In 2009, the song was used during the closing credits of the French film La Famille Wolberg.

In 2019 HBO's Big Little Lies used the song in the first episode of the second season.

In 2019 Apple TV+’s For All Mankind used the song during the first episode of the first season.

In 2026, the song was used in the official trailer for DC Studios' Supergirl.

==Paul Young version==

A 1991 cover by Paul Young was featured in the film Fried Green Tomatoes. During the winter of 1992, his version reached No. 22 on the US Billboard Hot 100 and No. 8 Cash Box, becoming Young's third No. 1 song on the US adult contemporary chart (following "Everytime You Go Away" and "Oh Girl"). It was a bigger hit in Canada, reaching No. 6 pop and No. 1 Adult Contemporary.

===Chart history===

====Weekly charts====

| Chart (1992) | Peak position |
|---|---|
| Canada RPM Adult Contemporary | 1 |
| Canada RPM Top Singles | 6 |
| New Zealand (RIANZ) | 46 |
| US Billboard Hot 100 | 22 |
| US Billboard Adult Contemporary | 1 |
| US Cash Box Top 100 | 8 |

====Year-end charts====

| Chart (1992) | Rank |
|---|---|
| Canada RPM-100 Singles | 65 |
| US Adult Contemporary (Billboard) | 18 |
| US (Joel Whitburn's Pop Annual) | 114 |

==Other versions==

- Tom Jones recorded the song for his 1979 album Rescue Me.
- Ruffin recorded an Italian version of the song, titled "Se decidi così" ("If You Decide So").
- A 1981 version by Dave Stewart on synth and vocals by Zombies singer Colin Blunstone on Stiff reached No. 13 in the UK.
- Robson & Jerome's version spent two weeks at number-one on the UK Singles Chart in 1996.
- Pop group Westlife also covered the song. It was released as the B-side of the single "What Makes a Man" in December 2000.
- Singer Joan Osborne recorded the song with the Funk Brothers for the soundtrack of the 2002 film Standing in the Shadows of Motown.

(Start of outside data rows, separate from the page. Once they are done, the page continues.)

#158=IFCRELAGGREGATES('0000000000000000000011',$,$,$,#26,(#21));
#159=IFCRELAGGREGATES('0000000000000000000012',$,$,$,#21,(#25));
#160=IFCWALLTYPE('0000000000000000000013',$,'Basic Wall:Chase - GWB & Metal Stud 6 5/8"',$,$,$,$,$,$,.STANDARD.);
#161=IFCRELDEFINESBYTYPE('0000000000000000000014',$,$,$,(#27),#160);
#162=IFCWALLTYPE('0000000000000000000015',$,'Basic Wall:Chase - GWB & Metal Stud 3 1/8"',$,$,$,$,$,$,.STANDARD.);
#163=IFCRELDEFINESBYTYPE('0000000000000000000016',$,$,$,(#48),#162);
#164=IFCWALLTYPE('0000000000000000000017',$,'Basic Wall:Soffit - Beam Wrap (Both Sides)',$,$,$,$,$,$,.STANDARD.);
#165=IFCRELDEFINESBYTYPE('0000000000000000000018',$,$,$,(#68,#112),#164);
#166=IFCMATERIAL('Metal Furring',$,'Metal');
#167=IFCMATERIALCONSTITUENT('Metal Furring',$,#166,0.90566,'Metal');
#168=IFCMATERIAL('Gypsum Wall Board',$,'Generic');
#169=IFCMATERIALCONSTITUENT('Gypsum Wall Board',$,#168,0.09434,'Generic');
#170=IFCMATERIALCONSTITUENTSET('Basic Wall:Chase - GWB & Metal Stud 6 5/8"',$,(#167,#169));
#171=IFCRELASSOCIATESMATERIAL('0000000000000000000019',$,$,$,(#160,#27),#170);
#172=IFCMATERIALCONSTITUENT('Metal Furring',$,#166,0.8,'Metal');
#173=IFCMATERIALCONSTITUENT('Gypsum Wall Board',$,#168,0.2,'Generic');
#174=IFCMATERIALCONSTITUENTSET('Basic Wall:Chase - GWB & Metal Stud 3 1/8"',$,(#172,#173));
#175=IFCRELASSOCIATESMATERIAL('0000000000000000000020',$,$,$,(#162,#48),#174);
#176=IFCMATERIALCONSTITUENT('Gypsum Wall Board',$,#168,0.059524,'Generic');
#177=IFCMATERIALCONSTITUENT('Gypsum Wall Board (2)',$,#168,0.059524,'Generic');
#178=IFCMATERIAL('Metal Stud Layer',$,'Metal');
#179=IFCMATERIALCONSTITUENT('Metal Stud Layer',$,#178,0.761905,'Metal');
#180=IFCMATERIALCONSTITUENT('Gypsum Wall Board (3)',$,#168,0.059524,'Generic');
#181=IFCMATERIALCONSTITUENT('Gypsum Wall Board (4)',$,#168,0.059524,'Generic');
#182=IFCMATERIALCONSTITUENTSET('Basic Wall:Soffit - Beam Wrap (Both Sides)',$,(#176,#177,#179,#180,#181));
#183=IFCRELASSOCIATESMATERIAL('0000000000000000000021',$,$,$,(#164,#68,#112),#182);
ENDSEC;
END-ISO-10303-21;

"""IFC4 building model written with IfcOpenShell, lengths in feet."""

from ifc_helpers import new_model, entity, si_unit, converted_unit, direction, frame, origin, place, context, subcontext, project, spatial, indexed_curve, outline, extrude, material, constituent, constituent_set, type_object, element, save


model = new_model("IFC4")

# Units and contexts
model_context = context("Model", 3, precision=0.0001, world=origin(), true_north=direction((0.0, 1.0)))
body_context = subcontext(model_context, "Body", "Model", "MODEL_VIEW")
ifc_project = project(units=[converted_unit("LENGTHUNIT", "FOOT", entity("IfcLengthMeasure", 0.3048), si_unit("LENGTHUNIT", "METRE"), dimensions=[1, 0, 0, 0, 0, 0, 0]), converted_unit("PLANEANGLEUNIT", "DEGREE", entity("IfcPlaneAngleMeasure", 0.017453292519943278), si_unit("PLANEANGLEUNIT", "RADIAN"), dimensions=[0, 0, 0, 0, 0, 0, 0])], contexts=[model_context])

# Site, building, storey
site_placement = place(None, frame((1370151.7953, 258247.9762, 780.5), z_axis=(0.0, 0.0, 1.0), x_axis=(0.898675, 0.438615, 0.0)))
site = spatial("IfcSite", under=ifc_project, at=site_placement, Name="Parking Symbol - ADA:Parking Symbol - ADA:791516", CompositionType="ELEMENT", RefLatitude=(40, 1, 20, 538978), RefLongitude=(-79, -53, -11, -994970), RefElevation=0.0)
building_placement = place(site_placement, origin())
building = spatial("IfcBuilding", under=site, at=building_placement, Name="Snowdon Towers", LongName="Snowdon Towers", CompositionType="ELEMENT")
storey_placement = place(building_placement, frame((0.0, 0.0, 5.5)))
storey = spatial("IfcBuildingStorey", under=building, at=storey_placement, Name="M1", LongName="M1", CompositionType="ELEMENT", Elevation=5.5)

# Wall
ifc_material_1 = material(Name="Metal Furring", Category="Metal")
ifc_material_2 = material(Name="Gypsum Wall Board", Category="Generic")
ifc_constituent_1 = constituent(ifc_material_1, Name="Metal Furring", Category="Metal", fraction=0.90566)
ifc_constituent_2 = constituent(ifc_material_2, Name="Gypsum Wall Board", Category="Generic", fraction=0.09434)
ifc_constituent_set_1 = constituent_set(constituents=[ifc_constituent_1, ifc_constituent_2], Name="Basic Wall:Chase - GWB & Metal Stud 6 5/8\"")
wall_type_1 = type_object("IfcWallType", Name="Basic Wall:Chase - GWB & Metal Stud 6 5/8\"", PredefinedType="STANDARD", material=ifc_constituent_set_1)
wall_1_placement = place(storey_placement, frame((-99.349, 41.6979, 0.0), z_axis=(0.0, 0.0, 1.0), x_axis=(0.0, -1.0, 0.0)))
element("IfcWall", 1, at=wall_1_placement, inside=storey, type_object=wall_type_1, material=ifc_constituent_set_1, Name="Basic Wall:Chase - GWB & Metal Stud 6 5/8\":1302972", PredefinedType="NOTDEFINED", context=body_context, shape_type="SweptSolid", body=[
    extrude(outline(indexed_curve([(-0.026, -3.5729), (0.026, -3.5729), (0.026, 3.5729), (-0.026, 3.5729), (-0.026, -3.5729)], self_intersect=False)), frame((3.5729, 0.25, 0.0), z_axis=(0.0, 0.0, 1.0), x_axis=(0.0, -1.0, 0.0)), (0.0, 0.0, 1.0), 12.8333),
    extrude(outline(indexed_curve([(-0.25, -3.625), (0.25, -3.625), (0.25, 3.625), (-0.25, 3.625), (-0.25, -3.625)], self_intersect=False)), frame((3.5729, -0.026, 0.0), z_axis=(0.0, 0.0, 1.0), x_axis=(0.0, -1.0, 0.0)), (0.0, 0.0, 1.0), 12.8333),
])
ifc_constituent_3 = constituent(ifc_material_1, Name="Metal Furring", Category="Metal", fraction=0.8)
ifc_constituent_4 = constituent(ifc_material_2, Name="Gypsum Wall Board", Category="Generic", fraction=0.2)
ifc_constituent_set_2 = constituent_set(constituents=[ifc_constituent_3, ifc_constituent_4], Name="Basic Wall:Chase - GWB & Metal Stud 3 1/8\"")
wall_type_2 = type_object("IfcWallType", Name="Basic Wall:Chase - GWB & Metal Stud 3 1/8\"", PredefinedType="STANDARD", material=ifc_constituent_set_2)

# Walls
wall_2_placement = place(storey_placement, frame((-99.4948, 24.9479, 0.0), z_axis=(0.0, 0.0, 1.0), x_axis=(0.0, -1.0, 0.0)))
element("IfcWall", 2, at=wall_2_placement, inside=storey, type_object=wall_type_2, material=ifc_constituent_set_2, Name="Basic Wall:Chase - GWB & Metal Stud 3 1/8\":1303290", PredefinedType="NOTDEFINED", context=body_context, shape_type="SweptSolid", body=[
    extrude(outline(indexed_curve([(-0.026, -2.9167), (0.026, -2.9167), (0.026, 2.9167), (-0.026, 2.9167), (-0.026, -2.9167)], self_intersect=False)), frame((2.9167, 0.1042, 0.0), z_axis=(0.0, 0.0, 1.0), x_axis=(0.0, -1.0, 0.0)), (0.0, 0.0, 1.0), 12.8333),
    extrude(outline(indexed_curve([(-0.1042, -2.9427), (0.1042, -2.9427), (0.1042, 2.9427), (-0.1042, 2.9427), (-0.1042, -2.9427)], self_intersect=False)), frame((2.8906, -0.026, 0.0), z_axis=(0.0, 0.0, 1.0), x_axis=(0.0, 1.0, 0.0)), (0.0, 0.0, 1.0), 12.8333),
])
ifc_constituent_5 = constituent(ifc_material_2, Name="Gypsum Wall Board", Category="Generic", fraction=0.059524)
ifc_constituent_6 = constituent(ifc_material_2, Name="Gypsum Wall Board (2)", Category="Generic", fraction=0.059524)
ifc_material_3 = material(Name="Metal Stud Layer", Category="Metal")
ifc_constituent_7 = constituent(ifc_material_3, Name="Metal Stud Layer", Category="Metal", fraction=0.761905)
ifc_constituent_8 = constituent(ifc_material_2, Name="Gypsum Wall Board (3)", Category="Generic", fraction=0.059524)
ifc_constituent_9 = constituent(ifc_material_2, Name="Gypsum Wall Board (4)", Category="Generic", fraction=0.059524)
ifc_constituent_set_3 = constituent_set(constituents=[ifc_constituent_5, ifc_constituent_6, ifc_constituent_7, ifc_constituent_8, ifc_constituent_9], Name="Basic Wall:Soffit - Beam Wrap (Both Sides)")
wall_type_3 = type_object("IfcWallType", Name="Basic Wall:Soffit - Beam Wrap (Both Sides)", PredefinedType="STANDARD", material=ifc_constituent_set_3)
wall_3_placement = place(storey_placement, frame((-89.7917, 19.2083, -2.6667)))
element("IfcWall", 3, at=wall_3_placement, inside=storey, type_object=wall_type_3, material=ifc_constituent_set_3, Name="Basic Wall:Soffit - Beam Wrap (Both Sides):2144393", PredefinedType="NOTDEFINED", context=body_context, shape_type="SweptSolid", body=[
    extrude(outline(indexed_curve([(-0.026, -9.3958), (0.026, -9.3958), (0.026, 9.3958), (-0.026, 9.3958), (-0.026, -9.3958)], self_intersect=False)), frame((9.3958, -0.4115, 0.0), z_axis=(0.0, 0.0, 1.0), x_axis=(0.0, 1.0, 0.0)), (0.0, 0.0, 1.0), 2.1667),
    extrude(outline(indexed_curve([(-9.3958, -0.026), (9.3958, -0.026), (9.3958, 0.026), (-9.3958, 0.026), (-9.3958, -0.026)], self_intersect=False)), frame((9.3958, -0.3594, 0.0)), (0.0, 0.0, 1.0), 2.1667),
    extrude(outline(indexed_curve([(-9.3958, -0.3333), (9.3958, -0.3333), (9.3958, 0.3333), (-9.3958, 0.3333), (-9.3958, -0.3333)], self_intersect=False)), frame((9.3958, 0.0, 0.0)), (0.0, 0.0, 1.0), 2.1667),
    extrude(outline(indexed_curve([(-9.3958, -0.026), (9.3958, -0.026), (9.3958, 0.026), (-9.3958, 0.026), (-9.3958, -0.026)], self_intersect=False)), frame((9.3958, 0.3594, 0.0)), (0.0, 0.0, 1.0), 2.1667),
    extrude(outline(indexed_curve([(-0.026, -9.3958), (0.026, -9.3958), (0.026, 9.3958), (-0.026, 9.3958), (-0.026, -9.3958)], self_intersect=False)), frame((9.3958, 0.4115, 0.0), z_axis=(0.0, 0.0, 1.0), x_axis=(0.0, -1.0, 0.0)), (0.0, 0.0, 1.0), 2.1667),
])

The track also appeared on Osborne's 2007 album Breakfast in Bed.
- Singer Frankie Valli recorded and released his version of the song on his 2007 album Romancing the 60s.
- Singer-songwriter Bruce Springsteen recorded the song for his 2022 album, Only the Strong Survive.
- Musician Russell Hitchcock of Australian duo Air Supply recorded the song for his 1988 debut solo album, Russell Hitchcock.